深い哲学を持つ『ウェイト=スミス・タロット』
1909年にイギリスで誕生し、今や世界中で「最もスタンダードなカード」として広く使われているタロットカードです(「ライダー版」とも呼ばれます)。
このカードの大きな特徴は、78枚すべてのカードに絵本の一コマのような具体的な物語の背景が細かく描かれている点です。

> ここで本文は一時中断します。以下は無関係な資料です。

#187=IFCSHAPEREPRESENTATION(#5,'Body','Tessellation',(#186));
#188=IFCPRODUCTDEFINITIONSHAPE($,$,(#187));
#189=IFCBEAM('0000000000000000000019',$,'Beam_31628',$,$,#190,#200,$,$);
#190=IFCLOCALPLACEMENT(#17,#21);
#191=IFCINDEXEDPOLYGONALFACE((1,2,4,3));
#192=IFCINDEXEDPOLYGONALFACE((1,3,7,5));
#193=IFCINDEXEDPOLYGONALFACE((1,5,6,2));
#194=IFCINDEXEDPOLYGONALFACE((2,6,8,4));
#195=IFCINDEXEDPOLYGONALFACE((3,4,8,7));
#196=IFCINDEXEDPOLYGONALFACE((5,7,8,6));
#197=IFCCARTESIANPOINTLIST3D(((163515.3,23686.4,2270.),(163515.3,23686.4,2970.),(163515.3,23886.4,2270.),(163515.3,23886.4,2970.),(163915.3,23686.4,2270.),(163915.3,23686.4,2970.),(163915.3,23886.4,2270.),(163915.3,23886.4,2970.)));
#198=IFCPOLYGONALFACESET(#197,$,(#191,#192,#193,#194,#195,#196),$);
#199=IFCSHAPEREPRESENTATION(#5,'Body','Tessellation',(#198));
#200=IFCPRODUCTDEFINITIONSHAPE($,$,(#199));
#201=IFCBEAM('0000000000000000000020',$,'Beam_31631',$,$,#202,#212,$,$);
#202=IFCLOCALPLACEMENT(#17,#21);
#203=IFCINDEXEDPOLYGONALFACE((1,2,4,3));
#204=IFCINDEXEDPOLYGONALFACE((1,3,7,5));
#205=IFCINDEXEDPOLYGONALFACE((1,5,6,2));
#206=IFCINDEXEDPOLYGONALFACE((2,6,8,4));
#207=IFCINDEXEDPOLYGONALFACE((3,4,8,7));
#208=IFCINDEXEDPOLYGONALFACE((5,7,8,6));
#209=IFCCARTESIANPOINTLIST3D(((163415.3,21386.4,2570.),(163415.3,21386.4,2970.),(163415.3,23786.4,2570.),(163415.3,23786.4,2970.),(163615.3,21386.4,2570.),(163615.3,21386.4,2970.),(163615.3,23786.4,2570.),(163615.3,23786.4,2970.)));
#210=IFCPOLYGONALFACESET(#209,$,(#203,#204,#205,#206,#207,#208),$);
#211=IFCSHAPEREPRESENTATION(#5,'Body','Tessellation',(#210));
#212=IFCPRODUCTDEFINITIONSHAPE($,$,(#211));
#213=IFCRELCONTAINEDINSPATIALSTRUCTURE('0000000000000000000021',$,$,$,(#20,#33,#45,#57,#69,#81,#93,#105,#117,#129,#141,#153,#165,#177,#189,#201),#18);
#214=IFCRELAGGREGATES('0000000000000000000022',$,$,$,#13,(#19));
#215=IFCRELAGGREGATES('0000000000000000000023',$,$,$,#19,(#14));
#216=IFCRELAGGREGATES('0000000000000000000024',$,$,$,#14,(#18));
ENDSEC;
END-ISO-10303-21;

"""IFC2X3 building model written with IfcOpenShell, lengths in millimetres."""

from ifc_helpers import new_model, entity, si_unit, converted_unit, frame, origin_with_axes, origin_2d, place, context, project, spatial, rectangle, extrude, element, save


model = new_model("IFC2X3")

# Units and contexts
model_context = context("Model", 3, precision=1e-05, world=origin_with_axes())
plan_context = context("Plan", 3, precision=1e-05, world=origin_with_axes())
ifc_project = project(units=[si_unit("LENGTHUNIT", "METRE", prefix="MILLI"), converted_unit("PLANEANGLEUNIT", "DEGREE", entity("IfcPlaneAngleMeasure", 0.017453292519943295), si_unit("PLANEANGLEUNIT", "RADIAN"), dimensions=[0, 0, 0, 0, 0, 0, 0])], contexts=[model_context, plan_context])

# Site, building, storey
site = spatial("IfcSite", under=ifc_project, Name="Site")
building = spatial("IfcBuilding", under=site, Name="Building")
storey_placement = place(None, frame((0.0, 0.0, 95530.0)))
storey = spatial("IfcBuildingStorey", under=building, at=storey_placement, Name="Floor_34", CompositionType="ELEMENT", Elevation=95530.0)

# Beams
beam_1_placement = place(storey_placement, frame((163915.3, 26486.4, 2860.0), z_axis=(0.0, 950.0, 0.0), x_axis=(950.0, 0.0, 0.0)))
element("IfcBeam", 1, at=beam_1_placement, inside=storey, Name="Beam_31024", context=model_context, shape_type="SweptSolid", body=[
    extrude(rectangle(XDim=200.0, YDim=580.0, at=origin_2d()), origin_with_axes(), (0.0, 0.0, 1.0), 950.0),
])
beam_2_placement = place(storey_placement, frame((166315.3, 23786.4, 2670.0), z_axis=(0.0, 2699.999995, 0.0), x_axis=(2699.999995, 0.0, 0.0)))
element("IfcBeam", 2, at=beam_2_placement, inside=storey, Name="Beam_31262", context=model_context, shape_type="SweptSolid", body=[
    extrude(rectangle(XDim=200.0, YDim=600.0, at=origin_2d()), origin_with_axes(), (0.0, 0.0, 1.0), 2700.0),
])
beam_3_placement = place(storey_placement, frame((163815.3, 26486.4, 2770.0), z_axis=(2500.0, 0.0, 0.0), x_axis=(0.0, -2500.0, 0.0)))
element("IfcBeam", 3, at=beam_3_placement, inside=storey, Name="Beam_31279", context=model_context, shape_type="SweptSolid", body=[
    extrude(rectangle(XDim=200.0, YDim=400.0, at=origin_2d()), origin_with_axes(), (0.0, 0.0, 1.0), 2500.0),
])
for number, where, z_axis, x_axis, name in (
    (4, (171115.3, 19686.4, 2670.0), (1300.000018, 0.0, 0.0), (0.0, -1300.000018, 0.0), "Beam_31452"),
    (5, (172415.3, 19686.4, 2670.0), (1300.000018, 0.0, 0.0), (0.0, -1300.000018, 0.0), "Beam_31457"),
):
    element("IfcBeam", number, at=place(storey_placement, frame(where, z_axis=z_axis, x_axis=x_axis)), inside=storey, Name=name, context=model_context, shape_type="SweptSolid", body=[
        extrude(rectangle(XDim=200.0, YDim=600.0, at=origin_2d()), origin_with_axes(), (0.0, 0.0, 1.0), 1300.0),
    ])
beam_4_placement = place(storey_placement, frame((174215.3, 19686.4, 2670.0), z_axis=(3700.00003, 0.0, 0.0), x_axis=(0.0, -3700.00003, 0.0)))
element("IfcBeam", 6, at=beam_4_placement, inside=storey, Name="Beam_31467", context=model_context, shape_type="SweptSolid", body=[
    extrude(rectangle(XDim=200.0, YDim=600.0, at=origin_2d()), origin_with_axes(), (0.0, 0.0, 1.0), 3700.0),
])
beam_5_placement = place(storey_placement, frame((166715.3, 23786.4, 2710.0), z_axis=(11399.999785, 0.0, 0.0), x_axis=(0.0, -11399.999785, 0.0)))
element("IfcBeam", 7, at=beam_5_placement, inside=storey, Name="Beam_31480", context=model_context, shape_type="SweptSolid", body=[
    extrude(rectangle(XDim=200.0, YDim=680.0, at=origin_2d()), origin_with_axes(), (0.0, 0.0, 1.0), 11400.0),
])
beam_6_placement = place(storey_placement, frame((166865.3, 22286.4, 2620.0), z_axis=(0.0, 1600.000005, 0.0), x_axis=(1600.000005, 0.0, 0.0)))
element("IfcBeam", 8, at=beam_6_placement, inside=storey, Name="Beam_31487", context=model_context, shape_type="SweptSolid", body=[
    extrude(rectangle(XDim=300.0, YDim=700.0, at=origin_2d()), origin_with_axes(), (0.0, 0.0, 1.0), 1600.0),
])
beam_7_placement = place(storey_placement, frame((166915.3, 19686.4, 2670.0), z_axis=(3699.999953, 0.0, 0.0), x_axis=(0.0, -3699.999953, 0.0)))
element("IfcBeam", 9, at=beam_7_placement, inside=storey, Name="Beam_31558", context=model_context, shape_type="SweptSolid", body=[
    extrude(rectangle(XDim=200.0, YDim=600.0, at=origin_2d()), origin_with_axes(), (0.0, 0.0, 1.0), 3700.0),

実はこの絵柄の一枚一枚には、古代からの深い哲学や、宇宙の仕組みを表す「生命の木(セフィロト)」の思想が美しく織り込まれています。
このカードが持つ「世界観(物語の背景や意味)」をほんの少し知ることで、タロットは自分を知るための強力なツールになります。

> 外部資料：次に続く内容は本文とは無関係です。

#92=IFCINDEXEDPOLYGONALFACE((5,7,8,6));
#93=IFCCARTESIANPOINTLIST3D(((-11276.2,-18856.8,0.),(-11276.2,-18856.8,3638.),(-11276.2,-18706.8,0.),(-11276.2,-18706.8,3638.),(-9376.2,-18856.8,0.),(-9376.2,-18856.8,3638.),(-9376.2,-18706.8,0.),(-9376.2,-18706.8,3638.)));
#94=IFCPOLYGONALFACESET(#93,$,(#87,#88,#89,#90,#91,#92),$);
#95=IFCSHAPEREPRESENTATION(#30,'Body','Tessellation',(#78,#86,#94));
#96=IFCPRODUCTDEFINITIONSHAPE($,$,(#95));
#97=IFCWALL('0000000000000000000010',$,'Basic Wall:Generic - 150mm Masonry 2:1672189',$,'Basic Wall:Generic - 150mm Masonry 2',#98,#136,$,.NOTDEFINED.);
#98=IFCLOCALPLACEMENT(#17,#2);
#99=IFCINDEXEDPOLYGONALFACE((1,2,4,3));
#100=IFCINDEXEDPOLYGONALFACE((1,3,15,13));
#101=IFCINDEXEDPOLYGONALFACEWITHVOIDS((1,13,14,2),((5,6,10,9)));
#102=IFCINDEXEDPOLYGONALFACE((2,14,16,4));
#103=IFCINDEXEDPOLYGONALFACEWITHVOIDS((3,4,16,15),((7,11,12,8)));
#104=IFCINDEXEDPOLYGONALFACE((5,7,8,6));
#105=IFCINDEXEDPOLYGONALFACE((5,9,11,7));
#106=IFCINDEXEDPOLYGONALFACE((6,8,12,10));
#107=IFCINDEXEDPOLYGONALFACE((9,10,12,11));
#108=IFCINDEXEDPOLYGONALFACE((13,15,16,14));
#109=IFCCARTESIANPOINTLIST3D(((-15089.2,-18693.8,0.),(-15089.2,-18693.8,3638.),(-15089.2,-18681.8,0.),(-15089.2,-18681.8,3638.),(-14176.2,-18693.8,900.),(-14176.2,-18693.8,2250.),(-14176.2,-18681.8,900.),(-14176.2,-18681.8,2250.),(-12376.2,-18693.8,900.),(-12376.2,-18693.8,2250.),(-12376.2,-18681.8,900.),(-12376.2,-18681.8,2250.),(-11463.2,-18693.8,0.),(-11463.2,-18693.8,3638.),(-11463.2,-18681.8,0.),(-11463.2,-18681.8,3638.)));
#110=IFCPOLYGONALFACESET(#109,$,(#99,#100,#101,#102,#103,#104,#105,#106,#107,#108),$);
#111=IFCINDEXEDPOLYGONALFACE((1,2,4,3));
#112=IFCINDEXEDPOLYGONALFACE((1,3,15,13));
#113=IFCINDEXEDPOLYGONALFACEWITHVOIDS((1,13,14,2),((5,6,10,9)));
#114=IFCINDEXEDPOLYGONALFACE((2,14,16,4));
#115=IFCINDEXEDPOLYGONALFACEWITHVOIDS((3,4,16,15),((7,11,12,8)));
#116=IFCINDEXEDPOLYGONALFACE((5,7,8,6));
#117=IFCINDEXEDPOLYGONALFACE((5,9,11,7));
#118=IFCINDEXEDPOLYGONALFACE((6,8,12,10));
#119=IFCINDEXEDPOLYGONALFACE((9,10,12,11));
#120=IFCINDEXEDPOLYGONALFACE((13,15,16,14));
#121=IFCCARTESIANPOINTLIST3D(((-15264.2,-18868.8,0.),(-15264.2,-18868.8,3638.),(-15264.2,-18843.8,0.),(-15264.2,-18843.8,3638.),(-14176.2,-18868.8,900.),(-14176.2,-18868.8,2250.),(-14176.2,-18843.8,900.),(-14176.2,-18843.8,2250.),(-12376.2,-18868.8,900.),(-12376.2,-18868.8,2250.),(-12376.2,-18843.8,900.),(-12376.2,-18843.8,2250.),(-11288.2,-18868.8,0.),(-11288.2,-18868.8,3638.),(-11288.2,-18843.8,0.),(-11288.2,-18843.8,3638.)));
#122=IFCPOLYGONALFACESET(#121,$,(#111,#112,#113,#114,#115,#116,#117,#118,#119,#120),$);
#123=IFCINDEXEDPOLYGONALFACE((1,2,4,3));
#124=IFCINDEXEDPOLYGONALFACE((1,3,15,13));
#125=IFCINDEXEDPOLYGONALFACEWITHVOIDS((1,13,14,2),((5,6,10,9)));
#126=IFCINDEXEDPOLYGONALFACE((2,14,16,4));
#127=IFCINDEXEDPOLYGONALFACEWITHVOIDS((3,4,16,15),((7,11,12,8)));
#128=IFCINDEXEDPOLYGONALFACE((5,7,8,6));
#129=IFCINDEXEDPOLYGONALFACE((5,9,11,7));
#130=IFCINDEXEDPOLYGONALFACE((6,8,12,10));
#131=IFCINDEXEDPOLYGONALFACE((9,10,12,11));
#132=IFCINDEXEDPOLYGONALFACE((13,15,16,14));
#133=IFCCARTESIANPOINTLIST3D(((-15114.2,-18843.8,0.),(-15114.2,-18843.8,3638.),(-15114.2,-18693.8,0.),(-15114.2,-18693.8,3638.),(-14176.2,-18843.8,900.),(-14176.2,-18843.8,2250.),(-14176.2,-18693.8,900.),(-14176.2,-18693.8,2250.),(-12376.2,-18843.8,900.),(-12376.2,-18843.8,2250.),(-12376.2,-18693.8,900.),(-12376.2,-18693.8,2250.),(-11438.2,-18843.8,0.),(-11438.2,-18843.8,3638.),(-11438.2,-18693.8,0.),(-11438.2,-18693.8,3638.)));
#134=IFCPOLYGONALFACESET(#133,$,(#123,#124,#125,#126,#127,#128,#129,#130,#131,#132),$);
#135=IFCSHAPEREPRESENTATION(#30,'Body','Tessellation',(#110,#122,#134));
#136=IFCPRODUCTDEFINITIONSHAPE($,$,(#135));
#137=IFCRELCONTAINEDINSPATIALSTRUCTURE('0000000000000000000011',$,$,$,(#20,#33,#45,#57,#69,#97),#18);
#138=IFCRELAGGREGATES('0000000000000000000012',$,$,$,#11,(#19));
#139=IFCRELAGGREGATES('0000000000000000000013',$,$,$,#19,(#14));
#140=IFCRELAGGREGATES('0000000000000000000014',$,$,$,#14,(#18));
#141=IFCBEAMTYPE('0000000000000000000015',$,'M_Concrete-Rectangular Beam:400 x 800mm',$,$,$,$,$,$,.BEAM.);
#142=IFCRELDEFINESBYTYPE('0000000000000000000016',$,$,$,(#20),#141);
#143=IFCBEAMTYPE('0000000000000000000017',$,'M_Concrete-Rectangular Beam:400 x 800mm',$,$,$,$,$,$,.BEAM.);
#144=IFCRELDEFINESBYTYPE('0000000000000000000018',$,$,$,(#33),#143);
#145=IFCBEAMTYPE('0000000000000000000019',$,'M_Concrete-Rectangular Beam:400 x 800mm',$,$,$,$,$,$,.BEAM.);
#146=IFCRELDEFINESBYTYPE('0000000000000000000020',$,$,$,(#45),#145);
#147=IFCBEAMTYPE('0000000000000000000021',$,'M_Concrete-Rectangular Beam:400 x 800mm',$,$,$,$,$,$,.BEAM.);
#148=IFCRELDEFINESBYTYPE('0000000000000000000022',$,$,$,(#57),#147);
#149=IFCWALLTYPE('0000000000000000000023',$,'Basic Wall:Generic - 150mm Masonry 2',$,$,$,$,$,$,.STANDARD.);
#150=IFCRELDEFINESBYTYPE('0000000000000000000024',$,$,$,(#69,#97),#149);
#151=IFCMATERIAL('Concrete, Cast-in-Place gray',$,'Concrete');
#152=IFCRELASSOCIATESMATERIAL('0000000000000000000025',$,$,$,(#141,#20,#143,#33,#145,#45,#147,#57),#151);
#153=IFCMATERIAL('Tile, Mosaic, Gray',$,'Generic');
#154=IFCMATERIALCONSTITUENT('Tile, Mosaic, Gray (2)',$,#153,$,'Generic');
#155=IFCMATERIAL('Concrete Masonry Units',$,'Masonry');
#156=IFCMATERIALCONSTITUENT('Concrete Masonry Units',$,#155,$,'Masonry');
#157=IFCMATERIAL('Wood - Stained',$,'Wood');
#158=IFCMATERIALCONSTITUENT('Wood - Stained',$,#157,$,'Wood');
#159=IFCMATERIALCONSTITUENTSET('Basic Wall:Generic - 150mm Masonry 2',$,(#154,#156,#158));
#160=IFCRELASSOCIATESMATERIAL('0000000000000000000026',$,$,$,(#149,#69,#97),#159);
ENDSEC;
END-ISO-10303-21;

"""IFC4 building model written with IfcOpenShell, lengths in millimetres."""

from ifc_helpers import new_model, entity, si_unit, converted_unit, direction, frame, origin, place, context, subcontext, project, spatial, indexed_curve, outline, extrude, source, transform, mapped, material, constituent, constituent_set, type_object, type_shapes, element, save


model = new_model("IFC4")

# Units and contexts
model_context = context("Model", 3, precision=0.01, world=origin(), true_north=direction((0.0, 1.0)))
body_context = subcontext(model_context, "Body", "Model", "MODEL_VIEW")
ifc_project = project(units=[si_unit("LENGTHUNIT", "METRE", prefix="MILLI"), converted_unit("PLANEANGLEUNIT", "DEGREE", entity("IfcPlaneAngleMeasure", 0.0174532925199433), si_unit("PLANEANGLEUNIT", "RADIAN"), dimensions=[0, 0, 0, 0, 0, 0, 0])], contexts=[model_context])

カードに描かれた世界観を正しく知ると、「あ、今の私の状況って、まさにこのカードが示す世界観と同じだ」「私は今、この登場人物と同じ役割を演じているのかもしれない」と、自分の現状を客観的に重ね合わせて見つめ直すことができるようになります。
カードの世界観を「自分の心を映す鏡」にすることで、普段は閉じ込めていた本音が引き出され、誰の意見でもない「私は今後こう過ごしたい」という現実的なメッセージを受け取ることができます。
タロットが持つ深い哲学や世界観をじっくり学びながら、それを今の自分に重ね合わせて、着実に自分軸を育てていきたい方に最適なカードです。

私のお気に入り:親しみやすさと癒やしを兼ね備えた『白猫タロット』
歴史的な二大定番タロットカードに加えて、私が個人的に愛用している『白猫タロット』です。
先ほどご紹介した「ウェイトスミスタロット」の持つ伝統的な物語や構造をベースにしながら、登場人物がすべて愛らしい「白猫」に置き換わって描かれています。
タロットカードの中には、「なんだか絵柄がシリアスで、悪い意味だったらどうしよう……」と身構えてしまうこともあるかもしれません。白猫タロットカードは、親しみやすい白猫たちが優しくカードの世界観を表現してくれています。
「タロットカードの絵が怖い」と感じる方に最適です。伝統的な構造はそのままなので、ゆくゆくはマルセイユタロットやウェイトスミスタロットにも触れたいという方に、ぜひ手にとっていただきたいカードです。